It’s two weeks since David Cameron looked rather sick in the House of Commons and Labour MPs jeered ‘resign’ following his defeat on Syria. On that night, all sorts of wild predictions were flying around about what this meant for the Prime Minister. But even some of the more sanguine commentary looked rather misplaced this week when Cameron was able to stand up at PMQs and produce a range of punchy jokes about how weak Ed Miliband was. Could a Prime Minister who had just lost a vote on a matter of war really call the leader of the opposition weak?
Cameron’s wounds have healed a little quicker than many of us thought, to the point that he is starting conference season in a reasonable position. He’s not exactly riding the crest of the wave that brought him in from the summer recess – the Syria vote pushed him off that – but neither is he thrashing about trying to keep his head above the water. Perhaps now that I’ve written that, the tide will change again.

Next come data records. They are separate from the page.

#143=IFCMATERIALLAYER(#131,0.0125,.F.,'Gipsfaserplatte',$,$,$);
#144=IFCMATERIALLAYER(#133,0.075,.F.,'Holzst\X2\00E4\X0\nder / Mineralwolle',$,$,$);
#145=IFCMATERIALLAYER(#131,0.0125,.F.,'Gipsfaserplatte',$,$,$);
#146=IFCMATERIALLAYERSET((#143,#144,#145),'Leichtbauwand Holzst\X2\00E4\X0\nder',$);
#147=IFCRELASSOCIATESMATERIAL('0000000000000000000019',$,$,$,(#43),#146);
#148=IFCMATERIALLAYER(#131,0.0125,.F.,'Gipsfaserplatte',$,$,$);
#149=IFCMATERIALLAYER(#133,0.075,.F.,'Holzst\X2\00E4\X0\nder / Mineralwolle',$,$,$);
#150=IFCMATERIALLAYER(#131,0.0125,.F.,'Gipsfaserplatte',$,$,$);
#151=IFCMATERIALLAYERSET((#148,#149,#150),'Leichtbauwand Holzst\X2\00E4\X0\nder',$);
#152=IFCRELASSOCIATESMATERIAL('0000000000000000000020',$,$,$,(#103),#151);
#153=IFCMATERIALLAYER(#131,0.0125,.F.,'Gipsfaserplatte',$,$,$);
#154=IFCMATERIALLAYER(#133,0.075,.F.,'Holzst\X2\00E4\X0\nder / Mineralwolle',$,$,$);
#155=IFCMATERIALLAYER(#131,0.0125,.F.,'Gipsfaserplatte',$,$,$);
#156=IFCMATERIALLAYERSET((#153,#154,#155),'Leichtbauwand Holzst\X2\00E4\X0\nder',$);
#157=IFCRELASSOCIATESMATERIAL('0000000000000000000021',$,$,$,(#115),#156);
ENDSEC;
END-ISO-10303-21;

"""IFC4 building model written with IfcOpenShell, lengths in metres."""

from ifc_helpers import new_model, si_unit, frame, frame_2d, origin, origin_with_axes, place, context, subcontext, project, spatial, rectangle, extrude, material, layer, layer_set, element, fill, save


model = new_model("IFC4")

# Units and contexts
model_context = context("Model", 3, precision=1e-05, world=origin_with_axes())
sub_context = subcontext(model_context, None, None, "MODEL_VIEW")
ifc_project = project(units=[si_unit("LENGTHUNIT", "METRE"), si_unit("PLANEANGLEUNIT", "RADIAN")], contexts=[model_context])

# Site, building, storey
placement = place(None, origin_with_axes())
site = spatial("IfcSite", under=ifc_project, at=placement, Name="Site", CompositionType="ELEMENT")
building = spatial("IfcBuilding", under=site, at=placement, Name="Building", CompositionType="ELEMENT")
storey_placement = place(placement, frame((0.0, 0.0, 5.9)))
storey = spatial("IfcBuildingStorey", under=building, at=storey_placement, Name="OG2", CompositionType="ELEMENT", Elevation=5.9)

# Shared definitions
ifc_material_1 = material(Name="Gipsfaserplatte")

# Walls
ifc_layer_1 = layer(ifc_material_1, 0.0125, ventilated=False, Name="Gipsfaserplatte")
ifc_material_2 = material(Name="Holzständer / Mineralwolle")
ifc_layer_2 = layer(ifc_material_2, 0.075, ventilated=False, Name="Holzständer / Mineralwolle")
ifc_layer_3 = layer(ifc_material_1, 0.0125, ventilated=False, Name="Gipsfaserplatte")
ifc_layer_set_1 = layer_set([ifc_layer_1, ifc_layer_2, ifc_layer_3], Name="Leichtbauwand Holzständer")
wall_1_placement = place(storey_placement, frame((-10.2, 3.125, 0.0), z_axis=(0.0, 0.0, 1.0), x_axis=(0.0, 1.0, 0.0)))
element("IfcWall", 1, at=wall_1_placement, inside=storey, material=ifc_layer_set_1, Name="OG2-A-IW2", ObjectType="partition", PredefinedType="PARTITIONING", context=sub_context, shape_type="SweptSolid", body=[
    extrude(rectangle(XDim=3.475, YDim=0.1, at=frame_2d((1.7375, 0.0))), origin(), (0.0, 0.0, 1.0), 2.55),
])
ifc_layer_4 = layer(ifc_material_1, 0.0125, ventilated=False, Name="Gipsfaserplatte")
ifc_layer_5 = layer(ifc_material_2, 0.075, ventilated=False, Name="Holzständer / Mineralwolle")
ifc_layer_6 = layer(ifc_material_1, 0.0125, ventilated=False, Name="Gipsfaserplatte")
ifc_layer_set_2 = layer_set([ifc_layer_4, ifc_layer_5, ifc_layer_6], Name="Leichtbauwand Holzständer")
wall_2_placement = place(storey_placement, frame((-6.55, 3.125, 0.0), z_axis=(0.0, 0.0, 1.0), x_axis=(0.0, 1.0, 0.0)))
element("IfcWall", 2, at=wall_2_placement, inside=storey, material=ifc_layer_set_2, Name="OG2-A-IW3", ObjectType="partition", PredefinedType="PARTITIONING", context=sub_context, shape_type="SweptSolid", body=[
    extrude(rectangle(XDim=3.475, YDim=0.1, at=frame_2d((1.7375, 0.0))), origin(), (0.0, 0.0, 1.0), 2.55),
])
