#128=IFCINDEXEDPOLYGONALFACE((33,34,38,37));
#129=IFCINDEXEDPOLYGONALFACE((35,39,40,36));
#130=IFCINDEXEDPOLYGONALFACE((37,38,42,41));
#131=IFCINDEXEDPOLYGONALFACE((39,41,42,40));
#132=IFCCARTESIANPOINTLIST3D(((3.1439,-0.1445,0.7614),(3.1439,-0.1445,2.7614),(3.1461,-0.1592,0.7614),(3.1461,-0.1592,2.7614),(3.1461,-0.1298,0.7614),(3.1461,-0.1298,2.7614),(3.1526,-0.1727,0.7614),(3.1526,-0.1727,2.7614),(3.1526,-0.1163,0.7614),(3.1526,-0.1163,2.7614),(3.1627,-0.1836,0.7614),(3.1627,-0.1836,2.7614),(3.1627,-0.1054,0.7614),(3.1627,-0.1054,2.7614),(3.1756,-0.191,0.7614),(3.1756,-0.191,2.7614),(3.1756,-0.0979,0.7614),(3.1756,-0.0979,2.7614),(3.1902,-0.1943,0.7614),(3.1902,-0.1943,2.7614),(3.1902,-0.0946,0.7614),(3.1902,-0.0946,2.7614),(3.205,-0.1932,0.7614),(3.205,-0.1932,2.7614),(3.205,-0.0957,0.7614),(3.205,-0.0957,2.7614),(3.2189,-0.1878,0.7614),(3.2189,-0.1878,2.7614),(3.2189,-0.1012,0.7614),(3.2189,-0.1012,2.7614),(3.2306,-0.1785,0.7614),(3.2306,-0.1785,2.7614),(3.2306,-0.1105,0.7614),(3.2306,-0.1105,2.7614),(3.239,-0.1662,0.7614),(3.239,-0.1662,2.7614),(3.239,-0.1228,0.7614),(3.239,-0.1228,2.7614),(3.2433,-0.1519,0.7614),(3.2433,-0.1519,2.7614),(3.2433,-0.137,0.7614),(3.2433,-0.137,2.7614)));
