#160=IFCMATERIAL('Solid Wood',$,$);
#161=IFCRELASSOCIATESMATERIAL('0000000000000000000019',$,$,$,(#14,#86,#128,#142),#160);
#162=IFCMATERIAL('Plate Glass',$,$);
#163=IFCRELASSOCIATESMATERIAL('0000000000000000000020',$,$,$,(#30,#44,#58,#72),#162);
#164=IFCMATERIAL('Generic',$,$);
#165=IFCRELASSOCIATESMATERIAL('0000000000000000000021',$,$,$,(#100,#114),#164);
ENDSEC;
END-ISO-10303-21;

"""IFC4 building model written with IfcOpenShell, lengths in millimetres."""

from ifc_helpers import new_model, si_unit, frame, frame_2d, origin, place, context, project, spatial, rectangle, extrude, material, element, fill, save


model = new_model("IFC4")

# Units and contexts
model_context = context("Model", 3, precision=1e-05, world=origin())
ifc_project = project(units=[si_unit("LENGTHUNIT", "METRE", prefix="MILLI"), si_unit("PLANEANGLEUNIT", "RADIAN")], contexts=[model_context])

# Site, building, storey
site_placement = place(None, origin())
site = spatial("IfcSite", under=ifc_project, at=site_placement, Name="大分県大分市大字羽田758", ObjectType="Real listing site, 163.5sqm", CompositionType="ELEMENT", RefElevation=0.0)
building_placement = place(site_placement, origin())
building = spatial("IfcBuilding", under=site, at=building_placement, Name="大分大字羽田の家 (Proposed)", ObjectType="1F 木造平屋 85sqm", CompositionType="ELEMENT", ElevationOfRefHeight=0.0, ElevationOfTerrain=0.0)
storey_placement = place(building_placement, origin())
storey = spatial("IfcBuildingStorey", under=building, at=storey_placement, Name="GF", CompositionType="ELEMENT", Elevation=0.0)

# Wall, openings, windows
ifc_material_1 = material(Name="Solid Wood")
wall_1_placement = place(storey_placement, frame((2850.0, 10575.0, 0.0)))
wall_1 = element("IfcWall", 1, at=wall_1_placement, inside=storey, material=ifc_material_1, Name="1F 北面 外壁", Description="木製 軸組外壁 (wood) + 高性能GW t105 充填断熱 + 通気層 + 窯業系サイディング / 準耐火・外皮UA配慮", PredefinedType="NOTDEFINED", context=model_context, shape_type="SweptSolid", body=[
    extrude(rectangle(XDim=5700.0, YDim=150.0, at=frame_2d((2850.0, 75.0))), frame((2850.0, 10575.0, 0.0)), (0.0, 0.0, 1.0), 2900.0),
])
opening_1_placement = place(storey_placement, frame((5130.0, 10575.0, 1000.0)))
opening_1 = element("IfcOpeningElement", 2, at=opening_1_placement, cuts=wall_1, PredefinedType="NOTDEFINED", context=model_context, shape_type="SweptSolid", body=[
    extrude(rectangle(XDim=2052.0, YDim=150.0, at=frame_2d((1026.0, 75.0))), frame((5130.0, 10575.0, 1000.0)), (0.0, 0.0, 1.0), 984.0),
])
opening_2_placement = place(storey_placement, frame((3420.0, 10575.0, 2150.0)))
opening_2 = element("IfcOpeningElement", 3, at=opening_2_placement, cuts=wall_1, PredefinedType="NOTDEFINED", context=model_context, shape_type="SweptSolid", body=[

The tributes to Margaret Thatcher earlier this year left a deep impression on the Prime Minister, and he has tried to pick up at least one of her habits: that of writing notes to MPs to thank them for their efforts on certain policies. He has been writing letters again in the past fortnight: thanking those MPs in particular who opposed intervention but who supported the government on the night. His henchmen have also been working hard, holding debrief meetings with MPs to work out what went wrong. And last night John Hayes, the PM’s backbench envoy, held a reception for backbenchers in Downing Street.
One of the government’s greatest saving graces in the aftermath of the defeat was that things are going so well domestically. And George Osborne was able to drive that point home again this week, with his most upbeat speech yet on the economy. But he also held a briefing for Conservative MPs on Tuesday night in which he repeated his message about the economy turning the corner. I understand that the Chancellor told backbenchers about the stats they should be highlighting to the electorate that show the economy is on the up. The leadership knows how well Tory MPs have responded to being given a clear plan and clear instructions on how to get at Labour with facts and figures, and this week’s briefing suggests that the tightly-planned summer grid has continued into the autumn.
By contrast, Labour doesn’t have a plan, and it knows it doesn’t have a plan. Senior party sources tell me they are aware of the need to tell backbenchers what it is that the leadership is doing so that Conservative-style chaos doesn’t ensue. They’ve got plenty of examples of Conservative-style chaos on Europe to understand what it is that causes these ructions: often it’s a failure to brief MPs behind the scenes and to get some of the key strategy out via commentators.
Furthermore, what there is of Miliband’s plan involves a bruising and esoteric discussion about expanding the party membership by reforming the trade union link. One shadow cabinet member remarked to me this week that ‘we all wish we’d done this a year earlier with Refounding Labour as we’ll be talking about this far too close to the general election for most people’s liking’. Labour is distracted, while the Conservatives are largely behaving as though they are on a general election war footing already.
Those Conservatives who care less about general elections and more about their personal hatred of David Cameron have stayed largely quiet, too. I understand that the whips believe the hardcore of 20 MPs who really want the PM gone hasn’t grown recently – although this may say as much about their intelligence-gathering methods as it does about anything else – and that this hardcore remains reasonably manageable. The Syria vote was bad because MPs were voting on the principle of intervention rather than the motion, but this was about a specific issue more than it was about the PM himself One loyalist MP tells me ‘you had silly buggers with some of Adam [Afriyie]’s gang, but they were divided themselves’. That hasn’t stopped Afriyie continuing his attempts to advance his empire: backbenchers say he’s still ‘on manoeuvres’. Still, other MPs who hate Cameron are still plotting away: some with little black books of stories they think they can use if the going gets really tough. They’ll make more mischief in coming months, and as I’ve blogged before, they think the Syria defeat gives them more of a chance of success.
The way these two weeks back in Parliament have worked out for Cameron and Miliband means it’s still all to play for as to who has the best conference. Miliband wants to assert dominance over his union reforms and give a better sense of the direction in which he is leading his party on policy. Cameron is in recovery from his Syrian defeat. But that recovery has taken rather a different shape than many of us could have imagined a fortnight ago.